For most of my blogging career, I’ve written about Guyanese politics in relation to race and ethnic identity. But what many people don’t know is why I started blogging. All my life I’ve been obsessed with telling stories and I began blogging because I believe that our stories are spectacular stories that can’t be found anywhere else.
I mean, yeah, you may take a boat from Vreed-en-hoop to Georgetown everyday and then back again. You probably sit in the boat smelling the salt water, feeling a few cold splashes on your skin and seeing the soft golden light of sunrise or the colourful sunset. And I know you feel that it’s all part of your mundane existence.
But hey, trust me, there’s nothing mundane about what you’re experiencing. The things you see and feel and the memories you make of them are things that other people in the world will never experience in quite the same way.

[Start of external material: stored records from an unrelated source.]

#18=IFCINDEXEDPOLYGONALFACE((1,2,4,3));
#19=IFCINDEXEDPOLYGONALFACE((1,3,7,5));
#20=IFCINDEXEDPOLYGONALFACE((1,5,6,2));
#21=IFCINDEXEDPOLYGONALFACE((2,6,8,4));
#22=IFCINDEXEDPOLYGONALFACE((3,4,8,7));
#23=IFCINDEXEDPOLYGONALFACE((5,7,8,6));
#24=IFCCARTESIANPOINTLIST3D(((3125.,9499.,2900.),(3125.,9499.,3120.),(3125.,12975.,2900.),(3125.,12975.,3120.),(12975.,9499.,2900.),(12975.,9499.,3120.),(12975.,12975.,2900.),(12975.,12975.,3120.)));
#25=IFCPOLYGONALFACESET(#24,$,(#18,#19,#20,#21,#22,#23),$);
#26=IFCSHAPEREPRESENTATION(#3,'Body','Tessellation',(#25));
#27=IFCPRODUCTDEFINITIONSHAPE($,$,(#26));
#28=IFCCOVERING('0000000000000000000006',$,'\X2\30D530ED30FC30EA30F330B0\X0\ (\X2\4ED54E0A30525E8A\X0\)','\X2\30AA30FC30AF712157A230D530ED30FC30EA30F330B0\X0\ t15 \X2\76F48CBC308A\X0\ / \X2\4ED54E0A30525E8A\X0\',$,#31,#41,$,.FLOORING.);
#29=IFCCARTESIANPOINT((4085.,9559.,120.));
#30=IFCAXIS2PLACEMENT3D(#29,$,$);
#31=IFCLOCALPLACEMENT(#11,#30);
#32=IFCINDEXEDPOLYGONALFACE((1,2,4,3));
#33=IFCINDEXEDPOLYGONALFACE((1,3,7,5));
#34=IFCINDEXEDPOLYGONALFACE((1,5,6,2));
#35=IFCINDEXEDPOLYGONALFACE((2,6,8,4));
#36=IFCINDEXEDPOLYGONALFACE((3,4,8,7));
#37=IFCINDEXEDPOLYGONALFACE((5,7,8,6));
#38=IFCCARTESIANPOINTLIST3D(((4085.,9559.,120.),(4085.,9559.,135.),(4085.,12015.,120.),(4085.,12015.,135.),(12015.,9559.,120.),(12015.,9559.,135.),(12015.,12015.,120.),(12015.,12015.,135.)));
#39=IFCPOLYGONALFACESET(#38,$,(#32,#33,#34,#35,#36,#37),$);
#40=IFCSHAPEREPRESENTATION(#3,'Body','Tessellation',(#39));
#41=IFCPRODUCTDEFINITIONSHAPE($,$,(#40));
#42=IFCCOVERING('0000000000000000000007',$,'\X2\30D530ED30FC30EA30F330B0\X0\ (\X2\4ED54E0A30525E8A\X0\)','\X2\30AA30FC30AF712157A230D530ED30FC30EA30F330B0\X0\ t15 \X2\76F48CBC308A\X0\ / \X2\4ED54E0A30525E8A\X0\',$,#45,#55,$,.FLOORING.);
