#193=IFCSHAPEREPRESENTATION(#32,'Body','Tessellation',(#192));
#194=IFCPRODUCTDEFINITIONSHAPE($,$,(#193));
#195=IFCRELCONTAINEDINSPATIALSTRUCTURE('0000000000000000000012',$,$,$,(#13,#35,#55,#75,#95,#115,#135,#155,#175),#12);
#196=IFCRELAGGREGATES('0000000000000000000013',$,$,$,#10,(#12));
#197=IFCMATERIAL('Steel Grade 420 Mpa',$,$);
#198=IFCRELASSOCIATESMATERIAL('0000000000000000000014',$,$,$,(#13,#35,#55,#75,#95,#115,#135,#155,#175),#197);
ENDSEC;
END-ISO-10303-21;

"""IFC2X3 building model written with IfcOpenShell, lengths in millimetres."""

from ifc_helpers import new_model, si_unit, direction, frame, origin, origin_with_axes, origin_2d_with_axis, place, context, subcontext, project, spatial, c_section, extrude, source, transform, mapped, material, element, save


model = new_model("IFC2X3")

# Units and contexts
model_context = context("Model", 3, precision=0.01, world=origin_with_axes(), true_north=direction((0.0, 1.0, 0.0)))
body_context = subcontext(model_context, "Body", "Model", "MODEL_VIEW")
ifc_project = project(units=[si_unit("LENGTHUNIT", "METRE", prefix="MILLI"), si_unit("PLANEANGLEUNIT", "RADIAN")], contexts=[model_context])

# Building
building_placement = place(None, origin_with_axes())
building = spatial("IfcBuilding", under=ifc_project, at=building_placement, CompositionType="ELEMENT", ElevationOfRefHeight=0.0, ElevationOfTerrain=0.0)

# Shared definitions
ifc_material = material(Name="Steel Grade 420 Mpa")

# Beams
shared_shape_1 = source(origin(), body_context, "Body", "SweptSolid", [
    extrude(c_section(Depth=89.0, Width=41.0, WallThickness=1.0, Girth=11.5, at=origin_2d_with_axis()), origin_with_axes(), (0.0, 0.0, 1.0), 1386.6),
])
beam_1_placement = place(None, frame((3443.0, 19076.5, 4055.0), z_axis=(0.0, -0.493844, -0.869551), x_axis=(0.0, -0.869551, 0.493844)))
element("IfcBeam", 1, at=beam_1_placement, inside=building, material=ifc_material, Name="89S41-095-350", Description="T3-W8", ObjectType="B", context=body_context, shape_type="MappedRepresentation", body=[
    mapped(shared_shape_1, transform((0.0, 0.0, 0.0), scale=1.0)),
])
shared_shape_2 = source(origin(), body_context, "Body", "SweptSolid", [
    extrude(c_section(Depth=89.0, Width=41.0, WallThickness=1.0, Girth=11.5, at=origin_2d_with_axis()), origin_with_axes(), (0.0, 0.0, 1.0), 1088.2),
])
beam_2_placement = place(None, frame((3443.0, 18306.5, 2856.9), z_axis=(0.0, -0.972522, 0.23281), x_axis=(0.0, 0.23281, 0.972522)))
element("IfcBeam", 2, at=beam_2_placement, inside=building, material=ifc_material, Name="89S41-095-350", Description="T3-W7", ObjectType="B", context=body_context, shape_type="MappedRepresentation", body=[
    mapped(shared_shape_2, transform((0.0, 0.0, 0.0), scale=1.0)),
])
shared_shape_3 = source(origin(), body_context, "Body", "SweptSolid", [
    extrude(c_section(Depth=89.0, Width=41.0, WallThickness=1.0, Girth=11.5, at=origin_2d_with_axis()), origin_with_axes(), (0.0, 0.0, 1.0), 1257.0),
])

So the next time you’re in that boat, on that bus, in that market, stop, take a breath and look around you. And see. See the beauty, the quaintness, see what only you can see.

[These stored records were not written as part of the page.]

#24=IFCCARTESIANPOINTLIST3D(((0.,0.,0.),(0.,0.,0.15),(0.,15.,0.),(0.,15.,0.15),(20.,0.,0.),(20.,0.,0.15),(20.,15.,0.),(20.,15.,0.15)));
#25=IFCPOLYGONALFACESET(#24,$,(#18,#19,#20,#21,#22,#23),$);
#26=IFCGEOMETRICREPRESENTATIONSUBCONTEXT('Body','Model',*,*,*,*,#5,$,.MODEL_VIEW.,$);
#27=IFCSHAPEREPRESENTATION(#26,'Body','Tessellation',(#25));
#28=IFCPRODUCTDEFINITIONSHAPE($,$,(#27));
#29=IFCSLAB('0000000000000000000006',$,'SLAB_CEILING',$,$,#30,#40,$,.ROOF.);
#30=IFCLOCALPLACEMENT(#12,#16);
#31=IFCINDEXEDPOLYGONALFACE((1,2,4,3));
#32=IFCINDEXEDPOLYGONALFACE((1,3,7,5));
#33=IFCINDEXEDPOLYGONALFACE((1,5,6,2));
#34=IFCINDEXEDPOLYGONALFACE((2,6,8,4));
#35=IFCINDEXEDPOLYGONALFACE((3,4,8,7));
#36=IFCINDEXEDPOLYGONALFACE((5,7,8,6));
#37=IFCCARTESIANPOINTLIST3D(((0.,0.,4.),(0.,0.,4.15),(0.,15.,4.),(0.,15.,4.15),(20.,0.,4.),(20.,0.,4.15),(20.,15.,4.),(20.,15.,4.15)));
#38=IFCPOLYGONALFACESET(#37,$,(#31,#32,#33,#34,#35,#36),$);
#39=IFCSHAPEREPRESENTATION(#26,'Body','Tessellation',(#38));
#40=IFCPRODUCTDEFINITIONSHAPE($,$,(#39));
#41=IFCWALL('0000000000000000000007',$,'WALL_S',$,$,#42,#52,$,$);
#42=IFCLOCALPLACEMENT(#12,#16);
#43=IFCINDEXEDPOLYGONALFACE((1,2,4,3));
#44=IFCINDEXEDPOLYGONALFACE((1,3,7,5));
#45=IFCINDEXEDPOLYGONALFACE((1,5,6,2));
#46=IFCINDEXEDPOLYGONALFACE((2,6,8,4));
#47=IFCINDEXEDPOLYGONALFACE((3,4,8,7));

And this is exactly why I write and why I blog. It’s not because I’m good at it or good with words. I write because I want to teach people to see themselves beyond the noise, to value their own unique experiences, to embrace their identities and to know that it’s okay to feel passion, to express it and let it fuel your work.
A lot of my articles have been primarily emotive or have had emotive undertones. You see, I believe in rationalism but I also know that being able to think is not the only thing which is responsible for making us human. It is both our ability to think and to feel which makes us human.